__Source records__:
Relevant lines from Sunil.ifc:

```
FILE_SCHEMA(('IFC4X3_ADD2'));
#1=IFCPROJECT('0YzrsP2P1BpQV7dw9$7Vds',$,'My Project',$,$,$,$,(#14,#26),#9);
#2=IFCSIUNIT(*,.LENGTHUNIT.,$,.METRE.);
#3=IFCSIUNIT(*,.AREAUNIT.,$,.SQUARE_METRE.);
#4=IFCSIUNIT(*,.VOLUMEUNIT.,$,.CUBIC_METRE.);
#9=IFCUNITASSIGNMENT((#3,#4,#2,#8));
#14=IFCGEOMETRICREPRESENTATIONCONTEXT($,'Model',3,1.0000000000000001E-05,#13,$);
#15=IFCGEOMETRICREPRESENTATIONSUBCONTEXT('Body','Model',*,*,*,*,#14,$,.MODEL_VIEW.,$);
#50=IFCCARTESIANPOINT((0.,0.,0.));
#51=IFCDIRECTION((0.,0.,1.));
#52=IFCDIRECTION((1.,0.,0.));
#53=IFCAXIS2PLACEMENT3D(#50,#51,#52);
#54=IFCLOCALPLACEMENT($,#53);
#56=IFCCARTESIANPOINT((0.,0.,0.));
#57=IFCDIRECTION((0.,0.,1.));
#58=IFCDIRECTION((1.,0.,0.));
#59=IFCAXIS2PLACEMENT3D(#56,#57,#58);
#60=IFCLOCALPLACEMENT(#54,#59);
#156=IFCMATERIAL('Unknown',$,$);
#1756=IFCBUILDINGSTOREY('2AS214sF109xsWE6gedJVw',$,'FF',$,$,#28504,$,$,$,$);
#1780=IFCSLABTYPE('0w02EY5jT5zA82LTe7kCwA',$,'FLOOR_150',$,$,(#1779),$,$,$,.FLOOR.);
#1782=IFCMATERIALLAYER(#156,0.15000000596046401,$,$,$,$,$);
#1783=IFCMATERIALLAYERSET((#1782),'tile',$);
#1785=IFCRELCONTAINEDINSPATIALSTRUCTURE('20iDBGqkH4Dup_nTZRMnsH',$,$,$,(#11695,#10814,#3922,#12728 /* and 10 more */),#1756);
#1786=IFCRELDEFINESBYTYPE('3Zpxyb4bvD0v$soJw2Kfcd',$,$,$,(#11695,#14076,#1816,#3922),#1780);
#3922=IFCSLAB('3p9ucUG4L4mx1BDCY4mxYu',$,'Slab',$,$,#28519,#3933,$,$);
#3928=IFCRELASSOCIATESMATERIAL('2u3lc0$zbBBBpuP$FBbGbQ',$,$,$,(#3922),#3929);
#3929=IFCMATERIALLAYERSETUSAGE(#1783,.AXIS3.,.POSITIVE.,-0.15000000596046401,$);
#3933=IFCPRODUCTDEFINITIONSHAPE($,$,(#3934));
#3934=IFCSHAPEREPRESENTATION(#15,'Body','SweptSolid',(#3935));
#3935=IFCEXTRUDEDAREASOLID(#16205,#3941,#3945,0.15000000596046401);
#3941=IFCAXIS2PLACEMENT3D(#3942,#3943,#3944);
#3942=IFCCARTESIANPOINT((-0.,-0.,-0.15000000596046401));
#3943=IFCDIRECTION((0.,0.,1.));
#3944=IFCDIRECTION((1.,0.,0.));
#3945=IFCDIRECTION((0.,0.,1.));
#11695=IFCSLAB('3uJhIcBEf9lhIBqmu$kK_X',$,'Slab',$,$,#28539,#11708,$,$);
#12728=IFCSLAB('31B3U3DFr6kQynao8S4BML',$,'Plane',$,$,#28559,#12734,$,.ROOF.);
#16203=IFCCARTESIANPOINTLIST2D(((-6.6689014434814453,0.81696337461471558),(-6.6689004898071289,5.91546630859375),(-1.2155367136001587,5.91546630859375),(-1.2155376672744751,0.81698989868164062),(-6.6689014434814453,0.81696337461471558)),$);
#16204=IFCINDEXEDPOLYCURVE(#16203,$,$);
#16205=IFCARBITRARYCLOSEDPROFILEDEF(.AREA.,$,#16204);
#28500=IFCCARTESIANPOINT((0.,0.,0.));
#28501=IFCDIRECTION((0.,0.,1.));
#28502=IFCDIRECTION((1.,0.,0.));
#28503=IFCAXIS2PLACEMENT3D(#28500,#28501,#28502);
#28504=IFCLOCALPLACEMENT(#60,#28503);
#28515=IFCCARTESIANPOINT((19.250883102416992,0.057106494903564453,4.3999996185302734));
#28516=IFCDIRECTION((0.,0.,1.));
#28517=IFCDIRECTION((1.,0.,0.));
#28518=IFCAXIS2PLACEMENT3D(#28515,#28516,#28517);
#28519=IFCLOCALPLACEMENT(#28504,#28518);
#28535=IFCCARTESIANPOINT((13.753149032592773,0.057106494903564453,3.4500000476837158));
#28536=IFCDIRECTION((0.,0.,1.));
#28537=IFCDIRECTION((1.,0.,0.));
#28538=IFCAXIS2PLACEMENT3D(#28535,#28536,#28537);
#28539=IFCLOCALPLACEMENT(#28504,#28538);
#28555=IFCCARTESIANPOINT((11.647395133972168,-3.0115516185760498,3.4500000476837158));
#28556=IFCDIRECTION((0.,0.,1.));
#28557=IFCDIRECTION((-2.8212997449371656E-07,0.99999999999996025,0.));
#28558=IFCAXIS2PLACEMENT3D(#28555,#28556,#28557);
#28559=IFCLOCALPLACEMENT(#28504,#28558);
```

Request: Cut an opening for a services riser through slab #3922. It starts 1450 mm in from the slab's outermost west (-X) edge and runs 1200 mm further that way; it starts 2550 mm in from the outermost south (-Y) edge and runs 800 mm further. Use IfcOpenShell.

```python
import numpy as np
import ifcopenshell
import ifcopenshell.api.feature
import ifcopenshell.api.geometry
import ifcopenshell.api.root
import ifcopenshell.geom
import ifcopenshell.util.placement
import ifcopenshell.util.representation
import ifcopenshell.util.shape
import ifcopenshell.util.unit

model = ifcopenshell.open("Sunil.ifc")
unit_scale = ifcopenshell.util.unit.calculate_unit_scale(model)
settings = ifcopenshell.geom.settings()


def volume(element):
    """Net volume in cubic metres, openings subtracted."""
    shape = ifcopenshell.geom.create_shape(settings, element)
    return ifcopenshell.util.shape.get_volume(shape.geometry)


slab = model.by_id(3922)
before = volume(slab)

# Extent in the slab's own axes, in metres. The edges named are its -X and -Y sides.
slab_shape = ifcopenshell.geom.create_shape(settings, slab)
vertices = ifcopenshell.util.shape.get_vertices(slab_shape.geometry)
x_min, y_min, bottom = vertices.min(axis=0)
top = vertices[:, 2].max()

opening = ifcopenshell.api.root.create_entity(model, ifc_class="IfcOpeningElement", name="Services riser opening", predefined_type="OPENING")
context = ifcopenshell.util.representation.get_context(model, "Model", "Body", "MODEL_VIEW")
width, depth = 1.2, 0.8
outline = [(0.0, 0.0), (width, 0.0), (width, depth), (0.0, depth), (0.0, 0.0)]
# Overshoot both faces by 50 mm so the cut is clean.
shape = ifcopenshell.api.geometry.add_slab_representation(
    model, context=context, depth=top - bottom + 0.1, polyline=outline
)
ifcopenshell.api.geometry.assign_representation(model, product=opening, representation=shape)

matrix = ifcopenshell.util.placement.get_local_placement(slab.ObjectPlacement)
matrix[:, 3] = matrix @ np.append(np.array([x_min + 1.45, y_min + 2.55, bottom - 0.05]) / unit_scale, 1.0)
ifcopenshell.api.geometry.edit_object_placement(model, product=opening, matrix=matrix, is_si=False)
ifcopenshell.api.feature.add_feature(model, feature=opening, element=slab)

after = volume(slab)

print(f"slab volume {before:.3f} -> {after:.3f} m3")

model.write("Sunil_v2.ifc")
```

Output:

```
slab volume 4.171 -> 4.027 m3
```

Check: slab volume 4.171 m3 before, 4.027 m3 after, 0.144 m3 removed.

__The task__:
Show every line of the records above that contains the word "IFCLOCALPLACEMENT".

__Solution for this problem__:
#54=IFCLOCALPLACEMENT($,#53);
#60=IFCLOCALPLACEMENT(#54,#59);
#28504=IFCLOCALPLACEMENT(#60,#28503);
#28519=IFCLOCALPLACEMENT(#28504,#28518);
#28539=IFCLOCALPLACEMENT(#28504,#28538);
#28559=IFCLOCALPLACEMENT(#28504,#28558);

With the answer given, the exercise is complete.